Juan Carlos se entendió mejor con los presidentes de izquierdas que con los de derechas

El ensayo, que se publica apenas mes y medio después de Reconciliación, considera que su vasta proyección internacional y su liderazgo en diplomacia económica -fuente también de los escándalos que condujeron a su abdicación- se asentaron en “la existencia de un amplio consenso político y social respecto a las prioridades de la política exterior española, y la naturaleza de su relación con los sucesivos presidentes del Gobierno”. “Durante los periodos de consenso estable y baja polarización política, don Juan Carlos pudo encarnar y proyectar con éxito la idea de una España nueva y democrática más allá de sus fronteras, aprovechando al máximo la capacidad de representación simbólica de la Corona. En ausencia de este consenso, su papel e influencia tendieron a disminuir, como ocurrió de forma recurrente tras el cambio de siglo”.

El libro -fruto de entrevistas con la mayoría de los protagonistas, incluida una visita a Abu Dabi para conversar con el monarca- disecciona más de cuatro décadas y reconoce que “Juan Carlos se entendió mejor con los presidentes de izquierdas que con los de derechas, debido sobre todo a que los primeros carecían de convicciones monárquicas cuando llegaron al cargo, por lo que el monarca tuvo que hacer un esfuerzo especial para ganárselos, lo cual no fue necesario con los segundos”.
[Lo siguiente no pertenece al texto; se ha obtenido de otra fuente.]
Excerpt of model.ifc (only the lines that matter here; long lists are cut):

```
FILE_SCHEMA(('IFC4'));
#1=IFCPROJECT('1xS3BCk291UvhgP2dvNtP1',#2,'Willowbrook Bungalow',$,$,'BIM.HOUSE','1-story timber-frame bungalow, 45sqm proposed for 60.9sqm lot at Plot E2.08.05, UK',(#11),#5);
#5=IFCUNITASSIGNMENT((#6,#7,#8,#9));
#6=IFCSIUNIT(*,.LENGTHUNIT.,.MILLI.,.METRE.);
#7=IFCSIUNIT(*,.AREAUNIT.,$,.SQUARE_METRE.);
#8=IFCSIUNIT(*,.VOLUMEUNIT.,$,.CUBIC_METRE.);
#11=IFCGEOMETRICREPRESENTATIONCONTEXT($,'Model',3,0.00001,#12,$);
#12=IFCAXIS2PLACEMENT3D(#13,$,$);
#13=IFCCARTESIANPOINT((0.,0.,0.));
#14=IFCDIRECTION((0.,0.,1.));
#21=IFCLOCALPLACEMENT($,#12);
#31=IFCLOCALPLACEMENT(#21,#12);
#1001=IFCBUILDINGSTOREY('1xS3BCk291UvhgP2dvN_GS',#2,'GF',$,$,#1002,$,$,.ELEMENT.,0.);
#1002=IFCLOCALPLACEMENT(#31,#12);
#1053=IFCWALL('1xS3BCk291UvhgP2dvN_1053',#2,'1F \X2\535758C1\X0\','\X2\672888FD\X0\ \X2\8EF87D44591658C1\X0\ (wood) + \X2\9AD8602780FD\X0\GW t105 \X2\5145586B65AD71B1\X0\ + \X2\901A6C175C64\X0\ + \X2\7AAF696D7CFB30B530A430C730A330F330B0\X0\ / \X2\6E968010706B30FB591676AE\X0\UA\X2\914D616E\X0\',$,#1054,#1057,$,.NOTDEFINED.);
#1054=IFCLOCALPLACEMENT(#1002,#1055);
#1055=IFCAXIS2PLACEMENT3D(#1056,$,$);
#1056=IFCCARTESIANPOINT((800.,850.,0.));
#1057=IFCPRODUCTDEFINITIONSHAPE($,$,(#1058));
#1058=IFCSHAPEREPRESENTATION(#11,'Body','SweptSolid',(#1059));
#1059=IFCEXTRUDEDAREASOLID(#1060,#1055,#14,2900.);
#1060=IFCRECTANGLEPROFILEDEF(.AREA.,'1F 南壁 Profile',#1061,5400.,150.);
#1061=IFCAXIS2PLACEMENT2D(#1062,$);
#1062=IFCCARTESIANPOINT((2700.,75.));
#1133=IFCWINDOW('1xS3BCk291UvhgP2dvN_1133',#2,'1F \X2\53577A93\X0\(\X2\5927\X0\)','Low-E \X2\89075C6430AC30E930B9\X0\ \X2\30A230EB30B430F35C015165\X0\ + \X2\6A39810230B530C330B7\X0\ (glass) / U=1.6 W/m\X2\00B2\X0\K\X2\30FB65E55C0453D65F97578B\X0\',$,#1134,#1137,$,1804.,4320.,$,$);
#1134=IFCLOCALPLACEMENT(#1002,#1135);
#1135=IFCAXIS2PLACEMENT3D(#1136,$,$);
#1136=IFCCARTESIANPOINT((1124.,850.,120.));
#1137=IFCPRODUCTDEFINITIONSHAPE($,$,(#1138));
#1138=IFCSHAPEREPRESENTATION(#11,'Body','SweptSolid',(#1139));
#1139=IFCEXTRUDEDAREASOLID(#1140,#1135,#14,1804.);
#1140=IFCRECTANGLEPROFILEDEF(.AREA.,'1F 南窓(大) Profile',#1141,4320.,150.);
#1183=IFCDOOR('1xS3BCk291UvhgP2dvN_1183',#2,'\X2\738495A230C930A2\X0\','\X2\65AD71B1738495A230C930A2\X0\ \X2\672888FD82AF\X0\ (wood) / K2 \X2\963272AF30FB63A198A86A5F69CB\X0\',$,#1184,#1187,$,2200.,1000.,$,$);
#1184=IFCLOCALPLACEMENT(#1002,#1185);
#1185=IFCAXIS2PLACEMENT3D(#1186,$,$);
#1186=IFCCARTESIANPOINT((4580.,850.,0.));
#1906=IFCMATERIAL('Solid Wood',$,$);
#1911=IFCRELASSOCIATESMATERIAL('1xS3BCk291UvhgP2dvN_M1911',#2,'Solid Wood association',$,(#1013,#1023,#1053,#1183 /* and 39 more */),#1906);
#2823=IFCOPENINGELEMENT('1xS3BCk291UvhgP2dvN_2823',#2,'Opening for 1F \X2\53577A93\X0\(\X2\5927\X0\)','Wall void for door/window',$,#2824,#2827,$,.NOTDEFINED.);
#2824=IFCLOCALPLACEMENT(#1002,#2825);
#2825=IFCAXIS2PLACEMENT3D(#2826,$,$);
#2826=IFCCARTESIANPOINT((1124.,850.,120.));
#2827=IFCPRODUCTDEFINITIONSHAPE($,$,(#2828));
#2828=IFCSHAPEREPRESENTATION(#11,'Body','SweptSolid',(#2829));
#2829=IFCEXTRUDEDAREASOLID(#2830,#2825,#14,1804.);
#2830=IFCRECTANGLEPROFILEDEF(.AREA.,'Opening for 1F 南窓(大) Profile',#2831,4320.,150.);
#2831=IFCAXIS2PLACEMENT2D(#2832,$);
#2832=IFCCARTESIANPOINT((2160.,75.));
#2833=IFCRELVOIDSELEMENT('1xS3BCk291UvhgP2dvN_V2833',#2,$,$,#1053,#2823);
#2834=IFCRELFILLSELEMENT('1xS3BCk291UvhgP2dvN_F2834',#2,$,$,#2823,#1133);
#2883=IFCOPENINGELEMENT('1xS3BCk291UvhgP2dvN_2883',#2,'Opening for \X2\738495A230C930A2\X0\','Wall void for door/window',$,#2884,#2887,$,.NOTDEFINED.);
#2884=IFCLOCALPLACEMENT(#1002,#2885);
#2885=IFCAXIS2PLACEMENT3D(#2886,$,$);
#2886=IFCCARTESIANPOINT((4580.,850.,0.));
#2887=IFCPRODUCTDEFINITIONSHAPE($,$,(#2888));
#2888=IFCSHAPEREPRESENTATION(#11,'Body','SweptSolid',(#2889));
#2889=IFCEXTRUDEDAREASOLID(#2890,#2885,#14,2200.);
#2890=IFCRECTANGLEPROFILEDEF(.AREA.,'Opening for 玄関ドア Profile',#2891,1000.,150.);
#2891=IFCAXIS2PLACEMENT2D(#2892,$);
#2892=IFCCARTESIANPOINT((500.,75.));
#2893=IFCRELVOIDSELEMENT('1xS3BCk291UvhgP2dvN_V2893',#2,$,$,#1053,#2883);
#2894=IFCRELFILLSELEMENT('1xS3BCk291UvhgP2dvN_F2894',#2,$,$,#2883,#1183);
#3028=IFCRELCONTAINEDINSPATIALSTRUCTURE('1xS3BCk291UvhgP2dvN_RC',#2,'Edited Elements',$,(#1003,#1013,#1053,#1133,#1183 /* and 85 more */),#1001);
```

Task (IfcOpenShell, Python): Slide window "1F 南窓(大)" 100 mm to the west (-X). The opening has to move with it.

```python
import ifcopenshell
import ifcopenshell.api.geometry
import ifcopenshell.util.placement
import ifcopenshell.util.unit

model = ifcopenshell.open("model.ifc")
unit_scale = ifcopenshell.util.unit.calculate_unit_scale(model)

window = model.by_guid("1xS3BCk291UvhgP2dvN_1133")
opening = window.FillsVoids[0].RelatingOpeningElement
wall = opening.VoidsElements[0].RelatingBuildingElement

wall_matrix = ifcopenshell.util.placement.get_local_placement(wall.ObjectPlacement)
shift = wall_matrix[:3, 0] * -0.1 / unit_scale
before = ifcopenshell.util.placement.get_local_placement(window.ObjectPlacement)[:3, 3].copy()

# The window is not placed relative to its opening, so move both.
for product in (opening, window):
    matrix = ifcopenshell.util.placement.get_local_placement(product.ObjectPlacement)
    matrix[:3, 3] += shift
    ifcopenshell.api.geometry.edit_object_placement(model, product=product, matrix=matrix, is_si=False)

after = ifcopenshell.util.placement.get_local_placement(window.ObjectPlacement)[:3, 3]
print("window moved by", (after - before).round(3) + 0.0)

model.write("model_edited.ifc")
```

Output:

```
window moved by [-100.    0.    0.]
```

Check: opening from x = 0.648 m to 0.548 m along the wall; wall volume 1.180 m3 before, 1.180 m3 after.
Pregunta.- ¿Qué aporta El rey Juan Carlos I y la proyección exterior de España?
Respuesta.- Aporta sobre todo los documentos que he ido encontrando en archivos de fuera de España, fundamentalmente británicos y estadounidenses, que son inéditos. Esto me ha permitido, por ejemplo, reproducir todas las conversaciones del rey con diez presidentes americanos, desde Gerald Ford a Barack Obama y también muchas de sus conversaciones con seis presidentes franceses, de Giscard d'Estaing a François Hollande. Como historiador, la principal novedad radica básicamente en esa documentación. He tenido también luego conversaciones con muchos de los protagonistas, jefes y secretarios generales de la Casa del Rey, el propio don Juan Carlos. Estuve con él dos veces en Abu Dabi. A lo largo de mi carrera he hablado con todos los presidentes del Gobierno de España y creo que con todos los ministros de Exteriores y esas conversaciones también se reflejan en el libro.

En febrero de 1976, Hasán II llamó a don Juan Carlos para pedirle ayuda militar contra el Frente Polisario. Le respondió: 'Me encantaría ayudarte, pero no me parece conveniente en este momento'

P.- ¿Qué pasajes arrojan luz nueva sobre esa trayectoria del rey emérito?
R.- Por ejemplo, en el viaje de Estado a Estados Unidos en octubre de 1981,después ya de la aprobación de la Constitución, el rey tuvo un protagonismo que sorprendió a los propios interlocutores americanos. De hecho, el asesor de Seguridad Nacional de Reagan, Richard Allen, se mosqueó y dijo: “Vamos a ver, yo había venido aquí a hablar con el ministro de Exteriores y estoy hablando con el rey de España. No me habían dicho que yo iba a tener que negociar con dos a la vez”. Esto refleja un poco la situación tan especial que se produjo después del golpe de febrero de 1981. Leopoldo Calvo-Sotelo, que era un monárquico, tenía otros problemas más perentorios en casa, obviamente, y permitió que el rey tuviera más protagonismo. El protagonismo del rey no se agota con la aprobación de la Constitución, ni mucho menos. Es verdad que cambia. Yo diría que hay una transformación en el tipo de influencia que ejerció, pero estuvo muy presente. Y luego, quizás a mí mismo me ha sorprendido un hecho en concreto: ¿cuál es el objetivo más importante de política exterior de España durante estos años? El ingreso en la Comunidad Europea.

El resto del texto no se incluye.